Stored data:
'''

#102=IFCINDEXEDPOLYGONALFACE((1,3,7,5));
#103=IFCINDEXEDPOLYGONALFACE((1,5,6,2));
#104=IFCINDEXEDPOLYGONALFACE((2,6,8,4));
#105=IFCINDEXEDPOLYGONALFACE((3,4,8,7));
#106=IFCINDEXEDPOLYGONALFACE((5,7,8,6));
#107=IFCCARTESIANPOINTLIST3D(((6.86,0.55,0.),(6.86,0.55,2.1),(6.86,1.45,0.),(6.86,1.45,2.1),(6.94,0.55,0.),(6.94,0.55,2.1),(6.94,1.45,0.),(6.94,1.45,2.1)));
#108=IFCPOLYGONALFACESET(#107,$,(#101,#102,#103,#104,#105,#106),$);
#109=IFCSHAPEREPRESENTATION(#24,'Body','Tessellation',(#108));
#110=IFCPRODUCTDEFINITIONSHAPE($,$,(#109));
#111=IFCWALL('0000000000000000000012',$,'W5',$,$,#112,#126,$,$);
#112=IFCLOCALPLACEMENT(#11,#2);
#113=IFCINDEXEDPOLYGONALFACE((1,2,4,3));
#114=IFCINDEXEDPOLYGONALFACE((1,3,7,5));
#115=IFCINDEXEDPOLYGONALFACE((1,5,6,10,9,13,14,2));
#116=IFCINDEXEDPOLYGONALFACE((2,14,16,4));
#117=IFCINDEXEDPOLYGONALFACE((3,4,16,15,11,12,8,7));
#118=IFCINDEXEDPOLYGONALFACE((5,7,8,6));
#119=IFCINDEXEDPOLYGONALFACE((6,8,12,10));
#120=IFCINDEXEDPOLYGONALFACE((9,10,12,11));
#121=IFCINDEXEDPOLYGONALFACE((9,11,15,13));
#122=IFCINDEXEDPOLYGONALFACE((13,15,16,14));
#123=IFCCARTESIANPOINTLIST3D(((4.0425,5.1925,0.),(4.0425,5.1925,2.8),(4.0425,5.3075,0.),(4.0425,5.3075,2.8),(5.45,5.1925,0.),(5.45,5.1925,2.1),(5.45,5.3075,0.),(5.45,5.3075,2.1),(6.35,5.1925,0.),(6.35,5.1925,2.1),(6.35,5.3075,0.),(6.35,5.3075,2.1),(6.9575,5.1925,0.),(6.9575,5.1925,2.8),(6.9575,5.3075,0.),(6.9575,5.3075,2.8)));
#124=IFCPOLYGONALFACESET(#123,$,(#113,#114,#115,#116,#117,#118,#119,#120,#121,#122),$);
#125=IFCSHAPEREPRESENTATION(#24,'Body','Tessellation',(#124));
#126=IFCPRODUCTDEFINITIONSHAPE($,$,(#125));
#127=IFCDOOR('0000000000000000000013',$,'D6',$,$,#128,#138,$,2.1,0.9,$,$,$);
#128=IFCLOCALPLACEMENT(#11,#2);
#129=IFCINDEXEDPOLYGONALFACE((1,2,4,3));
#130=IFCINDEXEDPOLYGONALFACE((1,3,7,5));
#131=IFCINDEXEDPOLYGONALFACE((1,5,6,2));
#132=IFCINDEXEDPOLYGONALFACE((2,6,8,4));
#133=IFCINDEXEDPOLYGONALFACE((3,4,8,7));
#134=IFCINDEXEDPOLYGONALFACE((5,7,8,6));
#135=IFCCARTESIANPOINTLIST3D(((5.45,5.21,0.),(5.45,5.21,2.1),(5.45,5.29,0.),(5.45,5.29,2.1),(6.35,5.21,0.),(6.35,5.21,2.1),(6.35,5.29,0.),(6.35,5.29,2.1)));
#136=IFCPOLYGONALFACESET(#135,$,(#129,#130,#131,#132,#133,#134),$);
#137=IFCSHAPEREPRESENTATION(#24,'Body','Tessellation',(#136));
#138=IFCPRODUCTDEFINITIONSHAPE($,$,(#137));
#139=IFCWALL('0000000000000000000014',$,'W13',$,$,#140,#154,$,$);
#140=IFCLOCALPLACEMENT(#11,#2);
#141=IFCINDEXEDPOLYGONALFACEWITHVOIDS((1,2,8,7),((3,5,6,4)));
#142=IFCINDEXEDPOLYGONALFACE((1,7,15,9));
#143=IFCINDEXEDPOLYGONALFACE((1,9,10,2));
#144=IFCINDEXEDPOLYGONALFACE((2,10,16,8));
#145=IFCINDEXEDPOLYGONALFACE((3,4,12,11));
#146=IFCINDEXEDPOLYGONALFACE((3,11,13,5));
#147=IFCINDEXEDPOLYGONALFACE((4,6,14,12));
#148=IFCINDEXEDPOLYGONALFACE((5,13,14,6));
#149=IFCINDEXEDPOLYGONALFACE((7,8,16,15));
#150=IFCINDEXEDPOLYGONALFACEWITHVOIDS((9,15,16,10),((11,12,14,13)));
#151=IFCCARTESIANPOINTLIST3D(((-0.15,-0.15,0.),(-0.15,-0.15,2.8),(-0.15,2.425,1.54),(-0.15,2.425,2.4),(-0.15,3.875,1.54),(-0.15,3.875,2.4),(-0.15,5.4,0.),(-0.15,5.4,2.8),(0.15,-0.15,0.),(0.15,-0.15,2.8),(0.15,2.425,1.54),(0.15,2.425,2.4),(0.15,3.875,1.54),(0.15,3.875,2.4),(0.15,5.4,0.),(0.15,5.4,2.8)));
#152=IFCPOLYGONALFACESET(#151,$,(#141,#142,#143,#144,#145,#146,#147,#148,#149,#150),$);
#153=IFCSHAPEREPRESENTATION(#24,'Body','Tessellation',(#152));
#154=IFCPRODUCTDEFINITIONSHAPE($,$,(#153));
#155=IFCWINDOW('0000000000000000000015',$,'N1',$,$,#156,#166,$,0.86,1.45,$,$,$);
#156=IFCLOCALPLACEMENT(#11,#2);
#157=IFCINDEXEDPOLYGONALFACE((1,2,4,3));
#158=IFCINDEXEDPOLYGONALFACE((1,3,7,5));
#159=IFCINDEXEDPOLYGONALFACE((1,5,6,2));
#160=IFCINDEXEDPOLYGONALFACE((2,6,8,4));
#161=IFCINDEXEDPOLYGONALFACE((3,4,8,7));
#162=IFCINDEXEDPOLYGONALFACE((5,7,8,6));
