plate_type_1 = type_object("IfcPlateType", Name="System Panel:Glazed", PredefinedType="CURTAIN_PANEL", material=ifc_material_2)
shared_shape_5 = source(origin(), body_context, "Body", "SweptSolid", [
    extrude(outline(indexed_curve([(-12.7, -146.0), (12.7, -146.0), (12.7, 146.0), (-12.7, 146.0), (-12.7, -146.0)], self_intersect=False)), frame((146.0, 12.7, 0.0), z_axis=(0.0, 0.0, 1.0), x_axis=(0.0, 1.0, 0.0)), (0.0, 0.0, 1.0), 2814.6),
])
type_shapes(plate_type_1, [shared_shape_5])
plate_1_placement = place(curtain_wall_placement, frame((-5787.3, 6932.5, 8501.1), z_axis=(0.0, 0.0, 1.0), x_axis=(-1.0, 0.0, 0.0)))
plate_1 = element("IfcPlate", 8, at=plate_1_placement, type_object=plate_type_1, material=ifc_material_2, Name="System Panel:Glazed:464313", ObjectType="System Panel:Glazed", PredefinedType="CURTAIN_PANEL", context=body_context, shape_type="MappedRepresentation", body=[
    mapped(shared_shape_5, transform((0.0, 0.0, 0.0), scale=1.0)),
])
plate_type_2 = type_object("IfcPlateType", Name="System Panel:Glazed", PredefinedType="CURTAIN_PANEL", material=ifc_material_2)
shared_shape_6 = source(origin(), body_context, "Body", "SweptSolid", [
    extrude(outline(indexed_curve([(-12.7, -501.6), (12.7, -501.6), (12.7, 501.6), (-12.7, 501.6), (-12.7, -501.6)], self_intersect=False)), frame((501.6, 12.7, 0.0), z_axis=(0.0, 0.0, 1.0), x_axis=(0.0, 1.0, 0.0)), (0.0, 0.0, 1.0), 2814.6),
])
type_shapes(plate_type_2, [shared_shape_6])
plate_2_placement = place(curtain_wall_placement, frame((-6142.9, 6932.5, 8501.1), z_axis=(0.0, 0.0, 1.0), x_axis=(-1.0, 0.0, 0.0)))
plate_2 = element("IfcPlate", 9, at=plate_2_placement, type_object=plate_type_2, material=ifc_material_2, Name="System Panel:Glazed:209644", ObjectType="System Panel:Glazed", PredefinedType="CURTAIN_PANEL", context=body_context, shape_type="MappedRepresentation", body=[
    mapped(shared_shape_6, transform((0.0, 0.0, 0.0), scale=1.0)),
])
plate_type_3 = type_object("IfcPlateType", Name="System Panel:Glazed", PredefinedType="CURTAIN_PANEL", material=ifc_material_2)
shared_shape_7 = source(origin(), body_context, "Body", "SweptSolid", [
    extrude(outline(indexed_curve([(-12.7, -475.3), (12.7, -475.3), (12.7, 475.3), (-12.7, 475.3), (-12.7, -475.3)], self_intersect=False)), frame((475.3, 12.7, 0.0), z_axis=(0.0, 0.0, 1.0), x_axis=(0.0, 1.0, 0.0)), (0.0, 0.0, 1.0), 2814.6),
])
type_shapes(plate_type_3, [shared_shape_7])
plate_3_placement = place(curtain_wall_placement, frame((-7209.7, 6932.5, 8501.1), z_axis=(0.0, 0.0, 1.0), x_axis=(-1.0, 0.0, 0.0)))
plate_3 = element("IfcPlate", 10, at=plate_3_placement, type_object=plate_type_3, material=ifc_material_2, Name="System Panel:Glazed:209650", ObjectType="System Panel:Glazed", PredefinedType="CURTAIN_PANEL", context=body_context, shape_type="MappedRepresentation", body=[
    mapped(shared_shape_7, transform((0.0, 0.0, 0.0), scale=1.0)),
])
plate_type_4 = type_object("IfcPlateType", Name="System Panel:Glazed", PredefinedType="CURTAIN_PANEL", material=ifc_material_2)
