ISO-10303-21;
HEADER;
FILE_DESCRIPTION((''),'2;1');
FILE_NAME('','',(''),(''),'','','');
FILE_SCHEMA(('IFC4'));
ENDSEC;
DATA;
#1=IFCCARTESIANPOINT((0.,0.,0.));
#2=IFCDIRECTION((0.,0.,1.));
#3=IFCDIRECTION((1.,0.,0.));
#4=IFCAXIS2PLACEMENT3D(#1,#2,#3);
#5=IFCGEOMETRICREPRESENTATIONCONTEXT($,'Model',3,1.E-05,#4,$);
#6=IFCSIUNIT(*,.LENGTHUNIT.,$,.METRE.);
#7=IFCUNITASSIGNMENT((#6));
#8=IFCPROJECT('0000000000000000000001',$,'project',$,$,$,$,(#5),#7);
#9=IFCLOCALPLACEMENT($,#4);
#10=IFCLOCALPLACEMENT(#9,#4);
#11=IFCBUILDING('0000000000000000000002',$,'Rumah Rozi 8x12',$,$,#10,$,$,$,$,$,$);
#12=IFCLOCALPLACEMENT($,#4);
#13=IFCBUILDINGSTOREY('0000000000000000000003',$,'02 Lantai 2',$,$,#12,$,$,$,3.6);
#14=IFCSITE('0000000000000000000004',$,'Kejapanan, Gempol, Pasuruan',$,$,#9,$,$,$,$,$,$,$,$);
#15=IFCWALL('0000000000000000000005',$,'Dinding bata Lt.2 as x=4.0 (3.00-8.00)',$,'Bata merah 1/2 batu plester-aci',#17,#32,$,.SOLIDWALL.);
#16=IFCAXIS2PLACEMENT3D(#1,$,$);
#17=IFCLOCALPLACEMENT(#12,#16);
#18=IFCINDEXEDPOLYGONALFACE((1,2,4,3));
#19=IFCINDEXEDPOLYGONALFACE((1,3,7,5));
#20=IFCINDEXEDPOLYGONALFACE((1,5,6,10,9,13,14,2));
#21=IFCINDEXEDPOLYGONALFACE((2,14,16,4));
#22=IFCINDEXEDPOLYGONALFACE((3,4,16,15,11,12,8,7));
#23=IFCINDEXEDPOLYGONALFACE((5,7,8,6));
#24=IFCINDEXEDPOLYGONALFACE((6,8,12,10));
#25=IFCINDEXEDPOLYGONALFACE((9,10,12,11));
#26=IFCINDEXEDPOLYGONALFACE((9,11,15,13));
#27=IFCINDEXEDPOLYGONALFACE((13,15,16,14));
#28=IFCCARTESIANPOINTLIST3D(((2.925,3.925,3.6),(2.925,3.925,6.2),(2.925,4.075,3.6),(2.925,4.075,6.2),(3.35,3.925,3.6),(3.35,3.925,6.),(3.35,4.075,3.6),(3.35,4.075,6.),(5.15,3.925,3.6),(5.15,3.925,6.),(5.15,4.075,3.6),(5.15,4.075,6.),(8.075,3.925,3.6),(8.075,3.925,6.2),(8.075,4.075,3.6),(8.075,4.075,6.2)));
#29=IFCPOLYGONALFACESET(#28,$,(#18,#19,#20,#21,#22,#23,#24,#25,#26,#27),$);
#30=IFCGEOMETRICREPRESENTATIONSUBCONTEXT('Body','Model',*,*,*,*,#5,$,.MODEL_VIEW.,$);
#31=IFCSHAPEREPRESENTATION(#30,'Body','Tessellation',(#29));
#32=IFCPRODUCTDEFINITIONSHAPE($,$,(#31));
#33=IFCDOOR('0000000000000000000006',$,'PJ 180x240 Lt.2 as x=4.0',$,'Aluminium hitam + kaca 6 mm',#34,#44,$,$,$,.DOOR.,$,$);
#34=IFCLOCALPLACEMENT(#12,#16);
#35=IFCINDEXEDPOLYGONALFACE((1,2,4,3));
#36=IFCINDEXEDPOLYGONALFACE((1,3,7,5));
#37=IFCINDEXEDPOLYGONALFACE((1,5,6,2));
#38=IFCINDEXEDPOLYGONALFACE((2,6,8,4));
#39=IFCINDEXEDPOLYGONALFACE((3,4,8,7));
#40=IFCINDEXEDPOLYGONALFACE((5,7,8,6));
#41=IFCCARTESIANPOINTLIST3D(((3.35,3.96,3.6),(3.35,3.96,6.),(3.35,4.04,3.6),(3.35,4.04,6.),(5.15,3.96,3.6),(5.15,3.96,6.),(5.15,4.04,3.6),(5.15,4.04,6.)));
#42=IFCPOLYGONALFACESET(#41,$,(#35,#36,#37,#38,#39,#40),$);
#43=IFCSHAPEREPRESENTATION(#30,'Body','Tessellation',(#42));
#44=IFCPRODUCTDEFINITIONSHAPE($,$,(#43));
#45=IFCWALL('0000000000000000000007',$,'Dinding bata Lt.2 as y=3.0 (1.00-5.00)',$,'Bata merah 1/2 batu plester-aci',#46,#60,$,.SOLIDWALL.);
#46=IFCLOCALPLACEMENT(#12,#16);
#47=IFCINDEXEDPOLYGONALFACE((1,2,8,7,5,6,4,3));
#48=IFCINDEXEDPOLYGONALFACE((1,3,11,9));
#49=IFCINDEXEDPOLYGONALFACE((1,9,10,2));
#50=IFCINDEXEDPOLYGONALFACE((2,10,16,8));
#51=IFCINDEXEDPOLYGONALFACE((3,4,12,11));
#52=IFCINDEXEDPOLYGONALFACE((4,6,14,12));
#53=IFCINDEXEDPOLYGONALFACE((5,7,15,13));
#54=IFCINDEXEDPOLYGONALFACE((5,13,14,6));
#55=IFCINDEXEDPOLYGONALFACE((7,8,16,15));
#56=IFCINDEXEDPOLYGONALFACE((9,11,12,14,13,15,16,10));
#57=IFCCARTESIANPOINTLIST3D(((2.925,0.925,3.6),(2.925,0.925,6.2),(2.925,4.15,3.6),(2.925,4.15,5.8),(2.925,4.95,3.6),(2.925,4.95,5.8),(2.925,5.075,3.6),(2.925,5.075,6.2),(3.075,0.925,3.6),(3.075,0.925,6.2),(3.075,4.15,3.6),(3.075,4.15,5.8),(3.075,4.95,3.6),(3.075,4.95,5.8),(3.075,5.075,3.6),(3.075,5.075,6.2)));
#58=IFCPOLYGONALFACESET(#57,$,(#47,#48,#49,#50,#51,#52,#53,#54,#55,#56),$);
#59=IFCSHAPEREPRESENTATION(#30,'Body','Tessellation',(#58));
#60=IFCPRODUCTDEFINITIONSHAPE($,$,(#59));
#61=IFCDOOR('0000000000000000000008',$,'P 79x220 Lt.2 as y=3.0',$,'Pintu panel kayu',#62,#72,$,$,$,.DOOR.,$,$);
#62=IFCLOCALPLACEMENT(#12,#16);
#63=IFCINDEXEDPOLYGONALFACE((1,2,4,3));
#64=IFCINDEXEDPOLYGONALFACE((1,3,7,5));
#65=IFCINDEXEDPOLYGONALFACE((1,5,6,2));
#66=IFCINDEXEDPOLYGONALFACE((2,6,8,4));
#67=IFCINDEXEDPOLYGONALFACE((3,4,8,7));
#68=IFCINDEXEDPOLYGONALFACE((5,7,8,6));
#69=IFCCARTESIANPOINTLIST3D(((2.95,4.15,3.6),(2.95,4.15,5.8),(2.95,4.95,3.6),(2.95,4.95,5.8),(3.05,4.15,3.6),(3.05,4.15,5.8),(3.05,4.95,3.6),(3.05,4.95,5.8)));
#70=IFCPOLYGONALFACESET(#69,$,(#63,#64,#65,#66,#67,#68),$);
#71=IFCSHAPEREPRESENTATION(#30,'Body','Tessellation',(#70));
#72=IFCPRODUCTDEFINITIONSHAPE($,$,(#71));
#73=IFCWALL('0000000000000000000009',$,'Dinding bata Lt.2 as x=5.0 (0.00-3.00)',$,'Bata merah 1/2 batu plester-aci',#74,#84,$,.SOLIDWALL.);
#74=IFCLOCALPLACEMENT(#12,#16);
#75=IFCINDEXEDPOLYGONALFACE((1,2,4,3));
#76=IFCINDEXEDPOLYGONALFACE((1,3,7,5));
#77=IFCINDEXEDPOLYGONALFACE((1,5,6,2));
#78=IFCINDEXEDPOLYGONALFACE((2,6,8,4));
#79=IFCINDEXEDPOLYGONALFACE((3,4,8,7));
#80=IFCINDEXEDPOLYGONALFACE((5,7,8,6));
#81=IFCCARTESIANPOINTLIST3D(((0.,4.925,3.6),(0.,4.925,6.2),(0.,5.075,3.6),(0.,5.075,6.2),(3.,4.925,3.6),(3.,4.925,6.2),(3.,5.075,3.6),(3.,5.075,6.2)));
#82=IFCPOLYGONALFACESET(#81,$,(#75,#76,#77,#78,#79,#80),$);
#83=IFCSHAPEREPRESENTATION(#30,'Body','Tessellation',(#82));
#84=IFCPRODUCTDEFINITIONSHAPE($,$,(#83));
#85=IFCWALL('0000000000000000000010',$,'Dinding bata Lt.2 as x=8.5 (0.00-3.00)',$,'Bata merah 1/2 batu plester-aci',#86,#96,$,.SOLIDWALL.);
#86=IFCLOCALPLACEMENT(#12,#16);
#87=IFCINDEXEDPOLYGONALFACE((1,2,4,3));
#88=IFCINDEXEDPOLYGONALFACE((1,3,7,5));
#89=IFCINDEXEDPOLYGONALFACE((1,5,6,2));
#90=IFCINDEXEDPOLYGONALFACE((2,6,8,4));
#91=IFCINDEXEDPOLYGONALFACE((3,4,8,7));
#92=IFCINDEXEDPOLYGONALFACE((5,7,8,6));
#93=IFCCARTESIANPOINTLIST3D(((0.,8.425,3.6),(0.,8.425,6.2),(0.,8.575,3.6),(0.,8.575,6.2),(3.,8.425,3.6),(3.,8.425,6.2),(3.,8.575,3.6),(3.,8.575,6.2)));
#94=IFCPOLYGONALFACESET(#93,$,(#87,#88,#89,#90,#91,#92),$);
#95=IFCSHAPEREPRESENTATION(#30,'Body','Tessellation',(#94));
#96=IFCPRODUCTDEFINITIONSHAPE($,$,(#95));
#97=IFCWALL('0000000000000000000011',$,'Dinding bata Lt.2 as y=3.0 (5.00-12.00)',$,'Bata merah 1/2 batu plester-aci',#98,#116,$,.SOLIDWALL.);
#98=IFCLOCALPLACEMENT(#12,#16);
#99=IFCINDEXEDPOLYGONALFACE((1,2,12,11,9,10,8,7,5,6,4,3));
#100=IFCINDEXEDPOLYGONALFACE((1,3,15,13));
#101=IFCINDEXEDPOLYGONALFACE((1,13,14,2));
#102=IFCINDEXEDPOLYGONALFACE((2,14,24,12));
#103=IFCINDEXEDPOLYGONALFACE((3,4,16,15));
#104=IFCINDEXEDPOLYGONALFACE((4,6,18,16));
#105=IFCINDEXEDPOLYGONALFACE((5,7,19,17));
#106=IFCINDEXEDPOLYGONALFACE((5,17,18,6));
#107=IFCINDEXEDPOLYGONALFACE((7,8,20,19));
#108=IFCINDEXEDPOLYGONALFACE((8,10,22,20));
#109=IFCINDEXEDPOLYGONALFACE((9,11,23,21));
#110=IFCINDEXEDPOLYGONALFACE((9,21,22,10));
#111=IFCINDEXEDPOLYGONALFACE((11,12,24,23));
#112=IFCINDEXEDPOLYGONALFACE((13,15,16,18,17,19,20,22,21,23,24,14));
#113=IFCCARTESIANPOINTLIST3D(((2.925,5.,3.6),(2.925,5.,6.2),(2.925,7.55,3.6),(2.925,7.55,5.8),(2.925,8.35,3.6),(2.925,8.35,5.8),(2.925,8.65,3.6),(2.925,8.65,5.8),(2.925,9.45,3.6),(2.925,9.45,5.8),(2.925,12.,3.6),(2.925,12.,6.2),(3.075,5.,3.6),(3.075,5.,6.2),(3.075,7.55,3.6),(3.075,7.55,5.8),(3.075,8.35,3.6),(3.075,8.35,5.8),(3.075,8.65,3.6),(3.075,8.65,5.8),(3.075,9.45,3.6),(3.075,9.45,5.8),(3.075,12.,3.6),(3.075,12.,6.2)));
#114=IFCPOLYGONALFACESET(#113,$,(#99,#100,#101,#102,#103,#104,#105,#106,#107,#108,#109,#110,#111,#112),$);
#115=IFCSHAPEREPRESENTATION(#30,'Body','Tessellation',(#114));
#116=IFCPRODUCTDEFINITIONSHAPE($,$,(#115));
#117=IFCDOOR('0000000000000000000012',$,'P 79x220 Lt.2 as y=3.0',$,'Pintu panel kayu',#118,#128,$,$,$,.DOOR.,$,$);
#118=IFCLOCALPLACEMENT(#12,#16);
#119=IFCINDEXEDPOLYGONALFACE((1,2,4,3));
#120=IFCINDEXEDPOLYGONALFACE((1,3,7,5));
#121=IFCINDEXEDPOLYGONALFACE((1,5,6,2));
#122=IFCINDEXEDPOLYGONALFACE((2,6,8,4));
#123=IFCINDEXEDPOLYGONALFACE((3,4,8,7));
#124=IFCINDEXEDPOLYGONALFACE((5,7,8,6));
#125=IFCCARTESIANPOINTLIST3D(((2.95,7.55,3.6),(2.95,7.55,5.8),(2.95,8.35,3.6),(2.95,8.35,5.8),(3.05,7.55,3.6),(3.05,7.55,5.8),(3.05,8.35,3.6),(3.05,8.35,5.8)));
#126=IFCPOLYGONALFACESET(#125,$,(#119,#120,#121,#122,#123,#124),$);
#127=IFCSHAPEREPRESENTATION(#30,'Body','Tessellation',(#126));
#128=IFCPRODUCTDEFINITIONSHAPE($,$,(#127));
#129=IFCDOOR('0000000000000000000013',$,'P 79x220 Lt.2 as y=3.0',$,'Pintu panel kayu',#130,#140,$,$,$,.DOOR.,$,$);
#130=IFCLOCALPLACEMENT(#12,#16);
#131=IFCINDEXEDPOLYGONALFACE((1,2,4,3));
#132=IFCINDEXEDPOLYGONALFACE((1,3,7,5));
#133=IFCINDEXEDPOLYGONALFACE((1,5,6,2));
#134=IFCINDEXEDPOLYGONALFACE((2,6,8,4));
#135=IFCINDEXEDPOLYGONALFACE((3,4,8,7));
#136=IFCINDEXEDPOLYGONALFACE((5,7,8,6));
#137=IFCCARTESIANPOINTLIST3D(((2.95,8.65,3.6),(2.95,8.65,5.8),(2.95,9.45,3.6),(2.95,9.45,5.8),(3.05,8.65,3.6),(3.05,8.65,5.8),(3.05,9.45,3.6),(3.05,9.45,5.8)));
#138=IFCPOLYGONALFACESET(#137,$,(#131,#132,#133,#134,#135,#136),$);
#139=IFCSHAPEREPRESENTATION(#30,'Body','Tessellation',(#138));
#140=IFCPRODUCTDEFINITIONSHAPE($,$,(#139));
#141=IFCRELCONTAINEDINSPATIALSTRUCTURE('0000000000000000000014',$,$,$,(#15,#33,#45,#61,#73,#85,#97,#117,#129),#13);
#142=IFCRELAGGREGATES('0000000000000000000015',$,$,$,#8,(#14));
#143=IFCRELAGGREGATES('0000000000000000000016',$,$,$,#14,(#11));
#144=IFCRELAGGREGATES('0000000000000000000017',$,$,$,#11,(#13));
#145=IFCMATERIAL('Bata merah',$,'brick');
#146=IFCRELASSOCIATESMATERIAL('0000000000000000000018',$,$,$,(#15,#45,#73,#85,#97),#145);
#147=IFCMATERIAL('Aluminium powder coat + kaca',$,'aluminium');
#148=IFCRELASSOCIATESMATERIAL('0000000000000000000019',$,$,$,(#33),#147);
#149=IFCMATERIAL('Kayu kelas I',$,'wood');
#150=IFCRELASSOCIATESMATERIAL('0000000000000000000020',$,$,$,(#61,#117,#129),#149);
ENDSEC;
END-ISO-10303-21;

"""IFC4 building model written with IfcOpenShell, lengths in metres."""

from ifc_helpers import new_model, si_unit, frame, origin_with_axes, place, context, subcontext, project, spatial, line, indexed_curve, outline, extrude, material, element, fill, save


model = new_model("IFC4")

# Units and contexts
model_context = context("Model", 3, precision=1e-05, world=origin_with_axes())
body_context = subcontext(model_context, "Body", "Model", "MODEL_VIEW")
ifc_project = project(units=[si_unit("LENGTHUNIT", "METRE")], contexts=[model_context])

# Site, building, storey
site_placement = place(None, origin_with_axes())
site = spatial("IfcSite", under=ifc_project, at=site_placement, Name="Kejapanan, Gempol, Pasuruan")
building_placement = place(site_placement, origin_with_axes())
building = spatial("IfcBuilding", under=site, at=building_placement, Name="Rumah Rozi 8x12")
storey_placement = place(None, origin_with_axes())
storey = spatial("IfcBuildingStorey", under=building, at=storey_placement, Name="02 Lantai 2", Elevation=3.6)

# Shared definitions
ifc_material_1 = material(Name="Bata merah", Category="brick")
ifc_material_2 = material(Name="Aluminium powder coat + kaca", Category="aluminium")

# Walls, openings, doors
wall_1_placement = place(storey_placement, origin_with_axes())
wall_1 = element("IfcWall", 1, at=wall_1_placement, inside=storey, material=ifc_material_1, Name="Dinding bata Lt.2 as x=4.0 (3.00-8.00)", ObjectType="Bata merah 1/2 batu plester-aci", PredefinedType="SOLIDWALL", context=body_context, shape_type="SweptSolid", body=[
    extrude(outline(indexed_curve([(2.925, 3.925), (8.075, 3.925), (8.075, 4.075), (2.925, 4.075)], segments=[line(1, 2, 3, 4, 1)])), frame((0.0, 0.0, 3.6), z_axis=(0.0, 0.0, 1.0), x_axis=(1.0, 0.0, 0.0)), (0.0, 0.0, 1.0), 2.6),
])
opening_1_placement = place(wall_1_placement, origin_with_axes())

'''

What is expected: The first line of the entries above marks where to begin; repeat each line exactly through the one that contains "#121=IFCINDEXEDPOLYGONALFACE((9,11,15,13));", and include that line.

Response:
#102=IFCINDEXEDPOLYGONALFACE((1,3,7,5));
#103=IFCINDEXEDPOLYGONALFACE((1,5,6,2));
#104=IFCINDEXEDPOLYGONALFACE((2,6,8,4));
#105=IFCINDEXEDPOLYGONALFACE((3,4,8,7));
#106=IFCINDEXEDPOLYGONALFACE((5,7,8,6));
#107=IFCCARTESIANPOINTLIST3D(((6.86,0.55,0.),(6.86,0.55,2.1),(6.86,1.45,0.),(6.86,1.45,2.1),(6.94,0.55,0.),(6.94,0.55,2.1),(6.94,1.45,0.),(6.94,1.45,2.1)));
#108=IFCPOLYGONALFACESET(#107,$,(#101,#102,#103,#104,#105,#106),$);
#109=IFCSHAPEREPRESENTATION(#24,'Body','Tessellation',(#108));
#110=IFCPRODUCTDEFINITIONSHAPE($,$,(#109));
#111=IFCWALL('0000000000000000000012',$,'W5',$,$,#112,#126,$,$);
#112=IFCLOCALPLACEMENT(#11,#2);
#113=IFCINDEXEDPOLYGONALFACE((1,2,4,3));
#114=IFCINDEXEDPOLYGONALFACE((1,3,7,5));
#115=IFCINDEXEDPOLYGONALFACE((1,5,6,10,9,13,14,2));
#116=IFCINDEXEDPOLYGONALFACE((2,14,16,4));
#117=IFCINDEXEDPOLYGONALFACE((3,4,16,15,11,12,8,7));
#118=IFCINDEXEDPOLYGONALFACE((5,7,8,6));
#119=IFCINDEXEDPOLYGONALFACE((6,8,12,10));
#120=IFCINDEXEDPOLYGONALFACE((9,10,12,11));
#121=IFCINDEXEDPOLYGONALFACE((9,11,15,13));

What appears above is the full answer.